What lines in the material hold the string "NOTDEFINED"? Return every one of them.

↓↓↓

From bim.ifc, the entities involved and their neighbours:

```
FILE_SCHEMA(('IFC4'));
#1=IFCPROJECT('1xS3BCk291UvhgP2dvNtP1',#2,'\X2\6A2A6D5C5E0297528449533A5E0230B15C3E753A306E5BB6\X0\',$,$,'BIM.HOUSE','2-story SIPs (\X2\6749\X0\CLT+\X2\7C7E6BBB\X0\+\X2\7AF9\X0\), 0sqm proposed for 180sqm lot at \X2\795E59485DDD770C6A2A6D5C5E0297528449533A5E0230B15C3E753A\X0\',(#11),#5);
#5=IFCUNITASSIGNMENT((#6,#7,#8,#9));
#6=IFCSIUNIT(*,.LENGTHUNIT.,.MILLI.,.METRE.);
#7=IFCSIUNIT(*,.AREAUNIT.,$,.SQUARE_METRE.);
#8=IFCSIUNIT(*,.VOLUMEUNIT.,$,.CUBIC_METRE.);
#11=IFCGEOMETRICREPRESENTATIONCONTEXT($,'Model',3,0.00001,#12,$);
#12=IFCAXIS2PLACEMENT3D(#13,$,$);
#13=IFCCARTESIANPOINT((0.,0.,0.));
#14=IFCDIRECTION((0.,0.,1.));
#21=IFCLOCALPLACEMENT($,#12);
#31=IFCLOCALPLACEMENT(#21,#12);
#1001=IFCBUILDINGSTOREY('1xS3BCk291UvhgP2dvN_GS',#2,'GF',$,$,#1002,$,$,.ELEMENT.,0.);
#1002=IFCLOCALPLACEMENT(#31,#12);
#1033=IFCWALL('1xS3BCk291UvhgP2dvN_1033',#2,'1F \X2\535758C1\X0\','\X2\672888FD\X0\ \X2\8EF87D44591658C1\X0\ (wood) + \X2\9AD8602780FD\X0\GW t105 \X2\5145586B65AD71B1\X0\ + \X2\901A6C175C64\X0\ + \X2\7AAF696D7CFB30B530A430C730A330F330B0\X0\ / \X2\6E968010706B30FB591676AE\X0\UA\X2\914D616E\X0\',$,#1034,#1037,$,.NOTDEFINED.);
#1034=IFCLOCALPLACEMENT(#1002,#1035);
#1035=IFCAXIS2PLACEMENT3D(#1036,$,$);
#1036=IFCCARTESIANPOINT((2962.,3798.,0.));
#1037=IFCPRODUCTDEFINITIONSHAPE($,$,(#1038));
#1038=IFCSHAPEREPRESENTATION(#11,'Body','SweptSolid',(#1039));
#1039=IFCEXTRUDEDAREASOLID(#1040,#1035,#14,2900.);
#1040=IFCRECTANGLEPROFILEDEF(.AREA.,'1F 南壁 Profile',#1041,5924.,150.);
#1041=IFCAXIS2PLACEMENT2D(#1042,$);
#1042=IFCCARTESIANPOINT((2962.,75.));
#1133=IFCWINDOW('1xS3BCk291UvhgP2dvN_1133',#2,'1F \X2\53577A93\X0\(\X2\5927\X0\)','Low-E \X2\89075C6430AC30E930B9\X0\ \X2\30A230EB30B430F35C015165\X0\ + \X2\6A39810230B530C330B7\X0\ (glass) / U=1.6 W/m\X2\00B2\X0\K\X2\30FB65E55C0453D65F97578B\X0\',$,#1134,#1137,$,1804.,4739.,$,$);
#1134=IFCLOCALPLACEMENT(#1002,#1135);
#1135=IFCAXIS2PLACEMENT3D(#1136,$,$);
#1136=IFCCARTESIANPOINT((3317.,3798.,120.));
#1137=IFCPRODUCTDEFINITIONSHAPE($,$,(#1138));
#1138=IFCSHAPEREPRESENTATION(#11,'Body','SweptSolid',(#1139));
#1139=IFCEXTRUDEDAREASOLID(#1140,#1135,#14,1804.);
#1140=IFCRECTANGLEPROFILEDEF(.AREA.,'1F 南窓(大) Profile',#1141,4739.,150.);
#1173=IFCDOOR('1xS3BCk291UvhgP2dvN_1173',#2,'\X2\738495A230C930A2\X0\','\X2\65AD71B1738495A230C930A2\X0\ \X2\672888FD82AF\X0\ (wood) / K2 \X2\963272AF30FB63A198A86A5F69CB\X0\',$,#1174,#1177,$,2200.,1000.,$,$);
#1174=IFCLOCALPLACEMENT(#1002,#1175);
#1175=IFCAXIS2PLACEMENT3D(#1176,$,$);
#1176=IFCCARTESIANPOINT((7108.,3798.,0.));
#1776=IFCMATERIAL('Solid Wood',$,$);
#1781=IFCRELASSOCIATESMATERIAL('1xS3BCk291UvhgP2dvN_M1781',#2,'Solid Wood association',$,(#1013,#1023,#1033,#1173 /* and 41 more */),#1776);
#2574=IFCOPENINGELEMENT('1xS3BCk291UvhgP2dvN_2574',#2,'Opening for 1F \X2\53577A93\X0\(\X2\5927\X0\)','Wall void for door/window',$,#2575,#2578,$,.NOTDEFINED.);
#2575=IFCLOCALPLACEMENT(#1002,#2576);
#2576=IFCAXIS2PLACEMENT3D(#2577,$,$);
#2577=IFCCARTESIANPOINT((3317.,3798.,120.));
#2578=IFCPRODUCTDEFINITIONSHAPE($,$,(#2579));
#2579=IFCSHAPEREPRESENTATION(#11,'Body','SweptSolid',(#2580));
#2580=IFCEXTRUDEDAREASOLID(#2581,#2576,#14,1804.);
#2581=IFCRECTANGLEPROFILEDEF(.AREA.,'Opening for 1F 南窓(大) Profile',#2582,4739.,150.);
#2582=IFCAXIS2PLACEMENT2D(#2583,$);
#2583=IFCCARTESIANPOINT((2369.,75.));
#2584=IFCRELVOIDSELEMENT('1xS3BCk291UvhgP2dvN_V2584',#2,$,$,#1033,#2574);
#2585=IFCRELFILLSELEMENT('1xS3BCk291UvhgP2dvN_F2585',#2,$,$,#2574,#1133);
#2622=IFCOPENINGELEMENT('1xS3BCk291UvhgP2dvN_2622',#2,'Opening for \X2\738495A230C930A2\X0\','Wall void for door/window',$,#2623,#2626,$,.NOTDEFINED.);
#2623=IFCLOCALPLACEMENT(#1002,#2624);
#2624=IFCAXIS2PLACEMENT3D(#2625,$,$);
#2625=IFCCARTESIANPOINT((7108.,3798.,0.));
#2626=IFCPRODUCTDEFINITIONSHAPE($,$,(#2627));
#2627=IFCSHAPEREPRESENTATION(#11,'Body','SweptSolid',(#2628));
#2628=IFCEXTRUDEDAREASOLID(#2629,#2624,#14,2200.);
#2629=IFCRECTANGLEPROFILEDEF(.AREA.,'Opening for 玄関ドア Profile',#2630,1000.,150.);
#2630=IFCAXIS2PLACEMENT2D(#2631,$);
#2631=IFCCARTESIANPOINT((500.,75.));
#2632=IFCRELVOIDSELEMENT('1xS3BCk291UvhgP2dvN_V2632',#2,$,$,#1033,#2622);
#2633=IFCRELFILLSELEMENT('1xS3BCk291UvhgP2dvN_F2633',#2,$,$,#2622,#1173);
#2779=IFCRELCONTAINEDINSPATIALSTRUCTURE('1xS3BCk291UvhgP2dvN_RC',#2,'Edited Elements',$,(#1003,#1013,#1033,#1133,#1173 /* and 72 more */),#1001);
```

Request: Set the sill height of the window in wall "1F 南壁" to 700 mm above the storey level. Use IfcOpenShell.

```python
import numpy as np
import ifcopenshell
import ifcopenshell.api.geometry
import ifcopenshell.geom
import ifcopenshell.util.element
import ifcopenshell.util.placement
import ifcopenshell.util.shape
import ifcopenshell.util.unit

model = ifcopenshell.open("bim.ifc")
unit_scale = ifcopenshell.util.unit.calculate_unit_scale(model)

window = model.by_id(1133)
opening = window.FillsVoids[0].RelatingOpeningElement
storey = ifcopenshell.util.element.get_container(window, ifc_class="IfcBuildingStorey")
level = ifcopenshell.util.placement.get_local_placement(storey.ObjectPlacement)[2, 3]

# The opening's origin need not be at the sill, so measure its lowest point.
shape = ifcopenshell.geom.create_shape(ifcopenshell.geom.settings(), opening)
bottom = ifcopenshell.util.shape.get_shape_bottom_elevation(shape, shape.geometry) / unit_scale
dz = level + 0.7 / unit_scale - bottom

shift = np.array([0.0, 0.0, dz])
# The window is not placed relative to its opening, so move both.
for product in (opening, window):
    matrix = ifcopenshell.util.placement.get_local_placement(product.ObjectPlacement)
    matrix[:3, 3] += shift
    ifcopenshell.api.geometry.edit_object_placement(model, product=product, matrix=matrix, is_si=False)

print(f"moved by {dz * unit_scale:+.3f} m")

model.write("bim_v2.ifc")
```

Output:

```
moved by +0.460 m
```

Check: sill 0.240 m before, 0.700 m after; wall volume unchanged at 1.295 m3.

↑↑↑

● **Exercise solution**:
#1033=IFCWALL('1xS3BCk291UvhgP2dvN_1033',#2,'1F \X2\535758C1\X0\','\X2\672888FD\X0\ \X2\8EF87D44591658C1\X0\ (wood) + \X2\9AD8602780FD\X0\GW t105 \X2\5145586B65AD71B1\X0\ + \X2\901A6C175C64\X0\ + \X2\7AAF696D7CFB30B530A430C730A330F330B0\X0\ / \X2\6E968010706B30FB591676AE\X0\UA\X2\914D616E\X0\',$,#1034,#1037,$,.NOTDEFINED.);
#2574=IFCOPENINGELEMENT('1xS3BCk291UvhgP2dvN_2574',#2,'Opening for 1F \X2\53577A93\X0\(\X2\5927\X0\)','Wall void for door/window',$,#2575,#2578,$,.NOTDEFINED.);
#2622=IFCOPENINGELEMENT('1xS3BCk291UvhgP2dvN_2622',#2,'Opening for \X2\738495A230C930A2\X0\','Wall void for door/window',$,#2623,#2626,$,.NOTDEFINED.);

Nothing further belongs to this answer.